Exercise details: For the records below, print the lines from the line with "#161=IFCPRODUCTDEFINITIONSHAPE($,$,(#160));" through the line with "#175=IFCPRODUCTDEFINITIONSHAPE($,$,(#174));" exactly as written; include both end lines and exclude the rest.

Given information:
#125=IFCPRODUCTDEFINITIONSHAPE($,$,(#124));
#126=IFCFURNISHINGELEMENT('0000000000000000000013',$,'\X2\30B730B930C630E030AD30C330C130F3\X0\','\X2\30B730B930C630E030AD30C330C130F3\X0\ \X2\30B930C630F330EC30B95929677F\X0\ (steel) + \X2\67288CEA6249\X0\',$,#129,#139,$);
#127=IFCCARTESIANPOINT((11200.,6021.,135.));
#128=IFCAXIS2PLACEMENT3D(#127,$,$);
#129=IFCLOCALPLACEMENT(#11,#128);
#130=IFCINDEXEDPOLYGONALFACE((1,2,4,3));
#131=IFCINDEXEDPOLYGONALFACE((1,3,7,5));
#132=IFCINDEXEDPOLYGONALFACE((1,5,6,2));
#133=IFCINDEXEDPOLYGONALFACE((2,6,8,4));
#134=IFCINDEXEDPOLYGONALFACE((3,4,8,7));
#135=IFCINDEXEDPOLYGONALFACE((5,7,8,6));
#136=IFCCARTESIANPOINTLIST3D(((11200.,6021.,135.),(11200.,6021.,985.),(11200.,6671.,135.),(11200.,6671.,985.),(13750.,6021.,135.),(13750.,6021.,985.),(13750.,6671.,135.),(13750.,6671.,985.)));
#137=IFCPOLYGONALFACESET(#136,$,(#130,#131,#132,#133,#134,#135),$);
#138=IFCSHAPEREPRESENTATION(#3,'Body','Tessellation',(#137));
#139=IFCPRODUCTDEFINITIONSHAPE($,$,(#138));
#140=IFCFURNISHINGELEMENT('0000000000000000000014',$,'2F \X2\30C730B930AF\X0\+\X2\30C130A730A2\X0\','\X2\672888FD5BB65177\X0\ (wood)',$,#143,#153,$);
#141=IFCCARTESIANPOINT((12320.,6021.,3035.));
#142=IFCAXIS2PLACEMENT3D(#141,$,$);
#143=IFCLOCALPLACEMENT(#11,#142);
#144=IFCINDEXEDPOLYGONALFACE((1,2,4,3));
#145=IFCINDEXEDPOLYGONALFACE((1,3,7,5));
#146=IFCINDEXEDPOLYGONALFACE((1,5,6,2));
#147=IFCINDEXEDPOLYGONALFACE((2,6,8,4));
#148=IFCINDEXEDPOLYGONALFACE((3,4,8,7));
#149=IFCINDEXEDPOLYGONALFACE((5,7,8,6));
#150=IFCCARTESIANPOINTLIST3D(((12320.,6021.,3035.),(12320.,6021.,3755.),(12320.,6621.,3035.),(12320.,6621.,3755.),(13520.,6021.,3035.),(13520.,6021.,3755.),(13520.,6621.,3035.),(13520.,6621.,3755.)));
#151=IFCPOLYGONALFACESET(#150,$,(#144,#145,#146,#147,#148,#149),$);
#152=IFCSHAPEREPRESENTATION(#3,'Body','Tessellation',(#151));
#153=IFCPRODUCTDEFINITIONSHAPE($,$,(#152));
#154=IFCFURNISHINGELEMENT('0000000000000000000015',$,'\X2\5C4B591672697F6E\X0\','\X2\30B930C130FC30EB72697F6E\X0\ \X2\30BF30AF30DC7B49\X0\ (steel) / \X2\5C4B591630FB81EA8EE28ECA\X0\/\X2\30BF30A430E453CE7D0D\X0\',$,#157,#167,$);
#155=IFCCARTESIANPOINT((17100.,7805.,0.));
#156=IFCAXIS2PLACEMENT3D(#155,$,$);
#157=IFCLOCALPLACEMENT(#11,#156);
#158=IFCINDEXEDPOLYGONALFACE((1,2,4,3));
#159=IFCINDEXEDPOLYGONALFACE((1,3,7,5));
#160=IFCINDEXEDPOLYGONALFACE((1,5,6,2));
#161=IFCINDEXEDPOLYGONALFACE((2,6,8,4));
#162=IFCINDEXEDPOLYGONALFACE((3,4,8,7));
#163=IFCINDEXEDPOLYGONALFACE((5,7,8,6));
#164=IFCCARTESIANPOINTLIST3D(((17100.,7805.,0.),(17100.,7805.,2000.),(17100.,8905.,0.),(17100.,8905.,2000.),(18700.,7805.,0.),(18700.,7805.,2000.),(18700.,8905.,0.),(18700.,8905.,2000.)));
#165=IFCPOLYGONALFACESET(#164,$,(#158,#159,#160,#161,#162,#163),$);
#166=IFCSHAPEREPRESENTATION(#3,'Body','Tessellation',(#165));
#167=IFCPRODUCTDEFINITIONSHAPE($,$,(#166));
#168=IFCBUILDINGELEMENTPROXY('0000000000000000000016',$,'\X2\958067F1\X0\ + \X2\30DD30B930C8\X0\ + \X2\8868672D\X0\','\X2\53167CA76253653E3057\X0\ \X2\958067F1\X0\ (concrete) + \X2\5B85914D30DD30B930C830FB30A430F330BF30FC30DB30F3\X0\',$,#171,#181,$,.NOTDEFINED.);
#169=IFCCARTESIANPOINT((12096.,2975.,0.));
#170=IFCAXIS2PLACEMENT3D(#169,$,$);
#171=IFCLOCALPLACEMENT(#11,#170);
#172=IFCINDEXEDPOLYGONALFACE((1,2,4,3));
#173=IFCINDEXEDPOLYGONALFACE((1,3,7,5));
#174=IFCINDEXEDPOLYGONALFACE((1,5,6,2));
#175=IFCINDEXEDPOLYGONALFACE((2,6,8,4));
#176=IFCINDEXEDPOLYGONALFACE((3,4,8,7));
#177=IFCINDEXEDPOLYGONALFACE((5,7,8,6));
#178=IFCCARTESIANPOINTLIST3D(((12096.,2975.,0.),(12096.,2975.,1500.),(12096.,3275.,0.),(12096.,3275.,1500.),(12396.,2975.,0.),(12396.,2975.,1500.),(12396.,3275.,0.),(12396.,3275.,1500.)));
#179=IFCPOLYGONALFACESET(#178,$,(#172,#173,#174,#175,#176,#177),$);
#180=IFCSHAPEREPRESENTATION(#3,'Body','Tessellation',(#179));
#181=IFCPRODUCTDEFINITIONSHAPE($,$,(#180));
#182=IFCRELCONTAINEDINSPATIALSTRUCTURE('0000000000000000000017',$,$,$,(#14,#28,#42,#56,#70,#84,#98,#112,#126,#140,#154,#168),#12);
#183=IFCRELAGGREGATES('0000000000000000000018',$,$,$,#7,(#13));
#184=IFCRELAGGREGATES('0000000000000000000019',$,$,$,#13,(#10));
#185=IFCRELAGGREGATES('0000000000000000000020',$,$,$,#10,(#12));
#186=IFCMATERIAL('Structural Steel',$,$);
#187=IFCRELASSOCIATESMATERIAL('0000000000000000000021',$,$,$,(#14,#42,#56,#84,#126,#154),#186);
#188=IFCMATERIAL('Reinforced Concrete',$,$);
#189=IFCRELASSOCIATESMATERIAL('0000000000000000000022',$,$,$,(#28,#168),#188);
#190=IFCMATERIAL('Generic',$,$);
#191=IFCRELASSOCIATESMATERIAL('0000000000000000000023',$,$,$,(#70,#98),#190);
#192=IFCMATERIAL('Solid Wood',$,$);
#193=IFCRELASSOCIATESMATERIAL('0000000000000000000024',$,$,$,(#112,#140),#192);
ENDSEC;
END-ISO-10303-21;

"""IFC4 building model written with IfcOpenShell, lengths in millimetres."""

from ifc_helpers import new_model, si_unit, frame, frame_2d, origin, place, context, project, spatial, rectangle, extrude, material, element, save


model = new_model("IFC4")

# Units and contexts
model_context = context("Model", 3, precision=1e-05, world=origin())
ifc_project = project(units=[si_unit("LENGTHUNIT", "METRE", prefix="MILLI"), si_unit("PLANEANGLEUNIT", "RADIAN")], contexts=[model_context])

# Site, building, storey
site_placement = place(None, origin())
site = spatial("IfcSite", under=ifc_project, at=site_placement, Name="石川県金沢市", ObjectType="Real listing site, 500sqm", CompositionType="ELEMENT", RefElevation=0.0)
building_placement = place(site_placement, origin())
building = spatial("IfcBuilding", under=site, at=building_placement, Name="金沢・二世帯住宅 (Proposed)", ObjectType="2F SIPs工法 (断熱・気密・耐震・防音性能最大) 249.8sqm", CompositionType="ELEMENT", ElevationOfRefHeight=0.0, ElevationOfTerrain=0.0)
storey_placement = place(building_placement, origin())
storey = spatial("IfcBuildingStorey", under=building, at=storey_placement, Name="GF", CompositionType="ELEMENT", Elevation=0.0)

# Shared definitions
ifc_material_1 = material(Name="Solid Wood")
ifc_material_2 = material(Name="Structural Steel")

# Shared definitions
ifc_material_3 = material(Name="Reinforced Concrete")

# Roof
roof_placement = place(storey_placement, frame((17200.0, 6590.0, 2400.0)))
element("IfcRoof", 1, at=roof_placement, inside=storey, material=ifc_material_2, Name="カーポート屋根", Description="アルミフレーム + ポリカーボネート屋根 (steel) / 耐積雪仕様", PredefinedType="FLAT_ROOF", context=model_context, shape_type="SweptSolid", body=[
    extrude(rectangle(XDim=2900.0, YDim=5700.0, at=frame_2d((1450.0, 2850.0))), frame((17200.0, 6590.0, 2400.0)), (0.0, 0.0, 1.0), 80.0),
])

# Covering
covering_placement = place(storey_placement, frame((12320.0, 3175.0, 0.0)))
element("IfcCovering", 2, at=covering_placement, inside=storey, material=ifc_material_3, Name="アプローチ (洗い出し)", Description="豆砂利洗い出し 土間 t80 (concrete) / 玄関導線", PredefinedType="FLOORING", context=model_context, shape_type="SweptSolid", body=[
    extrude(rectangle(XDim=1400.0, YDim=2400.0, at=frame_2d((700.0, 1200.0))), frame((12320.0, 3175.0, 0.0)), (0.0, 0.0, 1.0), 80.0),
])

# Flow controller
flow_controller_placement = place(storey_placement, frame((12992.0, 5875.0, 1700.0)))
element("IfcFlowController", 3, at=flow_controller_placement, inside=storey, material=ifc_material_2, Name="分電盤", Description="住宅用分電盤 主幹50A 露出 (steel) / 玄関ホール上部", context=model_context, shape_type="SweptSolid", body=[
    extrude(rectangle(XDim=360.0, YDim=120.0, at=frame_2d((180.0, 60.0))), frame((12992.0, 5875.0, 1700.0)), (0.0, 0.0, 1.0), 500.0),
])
* * *
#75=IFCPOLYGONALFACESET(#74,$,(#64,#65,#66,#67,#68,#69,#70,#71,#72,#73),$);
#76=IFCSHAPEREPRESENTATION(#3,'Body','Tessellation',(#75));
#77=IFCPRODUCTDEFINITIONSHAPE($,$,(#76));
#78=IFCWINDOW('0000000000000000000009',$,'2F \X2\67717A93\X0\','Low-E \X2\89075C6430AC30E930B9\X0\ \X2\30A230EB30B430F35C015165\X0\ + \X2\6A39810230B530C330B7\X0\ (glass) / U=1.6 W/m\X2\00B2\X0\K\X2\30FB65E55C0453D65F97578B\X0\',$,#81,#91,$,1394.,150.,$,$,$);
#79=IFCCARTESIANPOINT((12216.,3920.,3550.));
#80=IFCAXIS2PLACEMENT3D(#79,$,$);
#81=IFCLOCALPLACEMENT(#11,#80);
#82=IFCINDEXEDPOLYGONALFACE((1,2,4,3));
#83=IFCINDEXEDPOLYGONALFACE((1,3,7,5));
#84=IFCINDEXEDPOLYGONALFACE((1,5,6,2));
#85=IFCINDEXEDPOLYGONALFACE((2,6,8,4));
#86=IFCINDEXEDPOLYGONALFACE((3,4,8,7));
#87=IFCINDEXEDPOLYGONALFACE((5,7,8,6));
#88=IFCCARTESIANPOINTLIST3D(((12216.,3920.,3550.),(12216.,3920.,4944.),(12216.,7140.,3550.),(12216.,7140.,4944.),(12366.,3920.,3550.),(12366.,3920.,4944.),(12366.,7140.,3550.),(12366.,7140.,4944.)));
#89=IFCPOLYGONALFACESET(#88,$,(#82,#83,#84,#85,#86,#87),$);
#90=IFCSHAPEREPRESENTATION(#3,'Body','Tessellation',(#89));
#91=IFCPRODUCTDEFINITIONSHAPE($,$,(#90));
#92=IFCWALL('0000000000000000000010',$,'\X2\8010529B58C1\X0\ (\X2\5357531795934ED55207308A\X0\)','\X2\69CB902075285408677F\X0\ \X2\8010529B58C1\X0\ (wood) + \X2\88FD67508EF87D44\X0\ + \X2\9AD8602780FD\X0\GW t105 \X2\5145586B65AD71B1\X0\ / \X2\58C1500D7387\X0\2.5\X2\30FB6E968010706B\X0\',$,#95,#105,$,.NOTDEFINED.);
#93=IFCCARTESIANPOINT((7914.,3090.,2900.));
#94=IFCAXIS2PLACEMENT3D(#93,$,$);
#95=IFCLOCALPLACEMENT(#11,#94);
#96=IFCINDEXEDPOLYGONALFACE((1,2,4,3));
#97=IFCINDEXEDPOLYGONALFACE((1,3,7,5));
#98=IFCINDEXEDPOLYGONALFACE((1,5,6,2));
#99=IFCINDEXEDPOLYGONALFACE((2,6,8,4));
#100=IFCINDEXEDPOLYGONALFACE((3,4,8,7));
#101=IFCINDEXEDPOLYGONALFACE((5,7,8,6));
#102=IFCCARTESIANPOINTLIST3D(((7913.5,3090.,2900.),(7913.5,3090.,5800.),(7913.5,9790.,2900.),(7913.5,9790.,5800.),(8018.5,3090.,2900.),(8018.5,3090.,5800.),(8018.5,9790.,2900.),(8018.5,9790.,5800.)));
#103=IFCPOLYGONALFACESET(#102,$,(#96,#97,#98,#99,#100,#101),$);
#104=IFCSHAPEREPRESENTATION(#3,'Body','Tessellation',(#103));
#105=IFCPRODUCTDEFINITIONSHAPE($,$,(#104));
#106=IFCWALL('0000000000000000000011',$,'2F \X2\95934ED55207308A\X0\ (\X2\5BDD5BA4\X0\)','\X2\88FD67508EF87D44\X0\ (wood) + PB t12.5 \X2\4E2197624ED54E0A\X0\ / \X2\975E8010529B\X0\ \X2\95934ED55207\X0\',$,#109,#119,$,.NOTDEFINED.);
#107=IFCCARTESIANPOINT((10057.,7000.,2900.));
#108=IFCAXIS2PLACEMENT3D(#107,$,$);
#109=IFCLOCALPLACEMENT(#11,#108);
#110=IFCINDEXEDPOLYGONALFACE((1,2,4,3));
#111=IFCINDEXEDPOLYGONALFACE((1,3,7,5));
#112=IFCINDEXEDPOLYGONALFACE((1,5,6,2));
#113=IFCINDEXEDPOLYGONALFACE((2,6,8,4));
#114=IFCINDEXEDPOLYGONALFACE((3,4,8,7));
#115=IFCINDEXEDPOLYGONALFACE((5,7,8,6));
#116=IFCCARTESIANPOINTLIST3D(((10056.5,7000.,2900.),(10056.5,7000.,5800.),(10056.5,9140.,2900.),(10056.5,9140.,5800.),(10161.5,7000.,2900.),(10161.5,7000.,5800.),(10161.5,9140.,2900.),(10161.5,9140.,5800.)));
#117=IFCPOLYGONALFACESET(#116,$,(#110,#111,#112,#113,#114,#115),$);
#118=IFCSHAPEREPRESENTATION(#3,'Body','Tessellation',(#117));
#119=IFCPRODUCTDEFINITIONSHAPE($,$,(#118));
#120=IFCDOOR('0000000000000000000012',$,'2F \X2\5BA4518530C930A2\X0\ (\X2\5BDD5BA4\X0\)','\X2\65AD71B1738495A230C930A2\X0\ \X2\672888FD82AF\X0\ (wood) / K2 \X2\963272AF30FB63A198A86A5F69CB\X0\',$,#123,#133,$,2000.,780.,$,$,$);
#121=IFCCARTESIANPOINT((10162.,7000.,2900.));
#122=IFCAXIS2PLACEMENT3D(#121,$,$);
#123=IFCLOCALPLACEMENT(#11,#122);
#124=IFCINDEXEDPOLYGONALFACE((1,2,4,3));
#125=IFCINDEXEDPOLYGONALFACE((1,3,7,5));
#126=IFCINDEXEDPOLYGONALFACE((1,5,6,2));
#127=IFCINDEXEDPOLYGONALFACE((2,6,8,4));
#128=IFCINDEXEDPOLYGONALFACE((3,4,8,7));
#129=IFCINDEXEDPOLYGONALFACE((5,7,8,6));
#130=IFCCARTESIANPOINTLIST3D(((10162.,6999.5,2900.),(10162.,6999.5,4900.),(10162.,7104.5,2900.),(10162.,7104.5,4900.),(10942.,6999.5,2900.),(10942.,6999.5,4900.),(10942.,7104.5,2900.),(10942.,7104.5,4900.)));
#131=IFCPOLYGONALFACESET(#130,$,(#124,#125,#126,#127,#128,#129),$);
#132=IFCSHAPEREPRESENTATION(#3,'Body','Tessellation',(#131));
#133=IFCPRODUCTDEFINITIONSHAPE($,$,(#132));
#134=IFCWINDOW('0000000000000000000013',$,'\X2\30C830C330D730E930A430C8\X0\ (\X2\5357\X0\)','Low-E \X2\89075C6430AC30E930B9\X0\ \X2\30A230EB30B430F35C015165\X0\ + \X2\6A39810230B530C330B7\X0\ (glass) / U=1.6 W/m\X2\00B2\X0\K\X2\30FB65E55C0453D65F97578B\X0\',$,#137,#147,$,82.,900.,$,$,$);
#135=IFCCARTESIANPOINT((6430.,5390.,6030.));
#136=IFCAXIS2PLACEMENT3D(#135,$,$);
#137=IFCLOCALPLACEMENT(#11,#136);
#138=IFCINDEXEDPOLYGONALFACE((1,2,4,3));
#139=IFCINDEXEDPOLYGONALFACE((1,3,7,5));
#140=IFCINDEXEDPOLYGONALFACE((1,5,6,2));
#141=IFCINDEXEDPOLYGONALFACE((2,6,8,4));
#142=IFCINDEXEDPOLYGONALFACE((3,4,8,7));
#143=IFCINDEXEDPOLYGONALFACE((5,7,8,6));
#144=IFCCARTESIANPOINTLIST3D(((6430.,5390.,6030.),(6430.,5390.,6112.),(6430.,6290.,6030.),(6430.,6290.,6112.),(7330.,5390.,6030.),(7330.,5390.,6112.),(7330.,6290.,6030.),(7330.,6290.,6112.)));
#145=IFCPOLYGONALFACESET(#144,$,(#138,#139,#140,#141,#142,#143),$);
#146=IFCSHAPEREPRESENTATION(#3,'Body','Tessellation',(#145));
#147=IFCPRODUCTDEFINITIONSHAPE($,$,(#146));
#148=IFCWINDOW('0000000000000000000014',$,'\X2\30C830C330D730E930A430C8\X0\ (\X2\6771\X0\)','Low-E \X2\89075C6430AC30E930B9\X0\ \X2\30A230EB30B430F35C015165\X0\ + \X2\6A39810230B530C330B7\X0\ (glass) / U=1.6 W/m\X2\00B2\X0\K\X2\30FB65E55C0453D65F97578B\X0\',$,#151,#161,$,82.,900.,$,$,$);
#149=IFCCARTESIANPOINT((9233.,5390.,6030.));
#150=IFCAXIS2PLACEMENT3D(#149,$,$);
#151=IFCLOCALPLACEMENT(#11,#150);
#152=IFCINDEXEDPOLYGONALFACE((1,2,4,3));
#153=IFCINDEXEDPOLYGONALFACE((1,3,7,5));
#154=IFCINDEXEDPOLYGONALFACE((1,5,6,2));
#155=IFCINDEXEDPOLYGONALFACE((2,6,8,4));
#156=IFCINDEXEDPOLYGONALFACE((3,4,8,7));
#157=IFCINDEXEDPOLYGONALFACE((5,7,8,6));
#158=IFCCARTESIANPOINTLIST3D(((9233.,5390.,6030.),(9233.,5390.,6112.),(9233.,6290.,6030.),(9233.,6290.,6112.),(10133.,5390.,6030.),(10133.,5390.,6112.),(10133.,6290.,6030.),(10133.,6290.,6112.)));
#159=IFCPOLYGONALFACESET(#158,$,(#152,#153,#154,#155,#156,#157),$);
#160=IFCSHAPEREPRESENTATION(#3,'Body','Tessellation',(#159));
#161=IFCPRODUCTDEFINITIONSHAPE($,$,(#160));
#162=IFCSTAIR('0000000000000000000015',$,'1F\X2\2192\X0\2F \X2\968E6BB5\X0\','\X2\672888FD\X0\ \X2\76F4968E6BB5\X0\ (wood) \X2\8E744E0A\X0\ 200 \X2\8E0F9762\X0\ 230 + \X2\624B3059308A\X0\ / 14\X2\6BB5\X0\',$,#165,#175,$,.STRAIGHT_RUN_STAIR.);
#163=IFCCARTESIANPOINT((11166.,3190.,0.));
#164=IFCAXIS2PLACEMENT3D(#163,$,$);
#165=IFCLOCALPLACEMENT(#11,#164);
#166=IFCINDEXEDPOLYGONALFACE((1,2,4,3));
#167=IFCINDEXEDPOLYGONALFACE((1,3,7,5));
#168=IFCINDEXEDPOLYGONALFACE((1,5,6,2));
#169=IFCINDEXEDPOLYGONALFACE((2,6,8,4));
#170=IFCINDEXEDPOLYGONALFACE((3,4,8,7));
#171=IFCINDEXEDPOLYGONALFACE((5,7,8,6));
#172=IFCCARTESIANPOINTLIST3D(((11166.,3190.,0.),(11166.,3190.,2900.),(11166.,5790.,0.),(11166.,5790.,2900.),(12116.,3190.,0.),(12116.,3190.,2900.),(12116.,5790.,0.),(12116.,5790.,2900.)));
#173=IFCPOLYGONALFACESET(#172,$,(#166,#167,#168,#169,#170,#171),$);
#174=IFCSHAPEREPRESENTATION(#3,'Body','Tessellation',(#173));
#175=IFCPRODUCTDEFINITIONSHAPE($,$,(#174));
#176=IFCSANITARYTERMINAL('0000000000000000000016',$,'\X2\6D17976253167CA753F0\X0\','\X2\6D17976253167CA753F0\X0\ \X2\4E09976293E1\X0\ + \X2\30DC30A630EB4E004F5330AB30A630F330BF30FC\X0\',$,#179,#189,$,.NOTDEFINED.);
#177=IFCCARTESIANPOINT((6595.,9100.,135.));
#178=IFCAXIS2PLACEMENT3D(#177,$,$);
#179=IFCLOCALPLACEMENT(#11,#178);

Expected output:
#161=IFCPRODUCTDEFINITIONSHAPE($,$,(#160));
#162=IFCSTAIR('0000000000000000000015',$,'1F\X2\2192\X0\2F \X2\968E6BB5\X0\','\X2\672888FD\X0\ \X2\76F4968E6BB5\X0\ (wood) \X2\8E744E0A\X0\ 200 \X2\8E0F9762\X0\ 230 + \X2\624B3059308A\X0\ / 14\X2\6BB5\X0\',$,#165,#175,$,.STRAIGHT_RUN_STAIR.);
#163=IFCCARTESIANPOINT((11166.,3190.,0.));
#164=IFCAXIS2PLACEMENT3D(#163,$,$);
#165=IFCLOCALPLACEMENT(#11,#164);
#166=IFCINDEXEDPOLYGONALFACE((1,2,4,3));
#167=IFCINDEXEDPOLYGONALFACE((1,3,7,5));
#168=IFCINDEXEDPOLYGONALFACE((1,5,6,2));
#169=IFCINDEXEDPOLYGONALFACE((2,6,8,4));
#170=IFCINDEXEDPOLYGONALFACE((3,4,8,7));
#171=IFCINDEXEDPOLYGONALFACE((5,7,8,6));
#172=IFCCARTESIANPOINTLIST3D(((11166.,3190.,0.),(11166.,3190.,2900.),(11166.,5790.,0.),(11166.,5790.,2900.),(12116.,3190.,0.),(12116.,3190.,2900.),(12116.,5790.,0.),(12116.,5790.,2900.)));
#173=IFCPOLYGONALFACESET(#172,$,(#166,#167,#168,#169,#170,#171),$);
#174=IFCSHAPEREPRESENTATION(#3,'Body','Tessellation',(#173));
#175=IFCPRODUCTDEFINITIONSHAPE($,$,(#174));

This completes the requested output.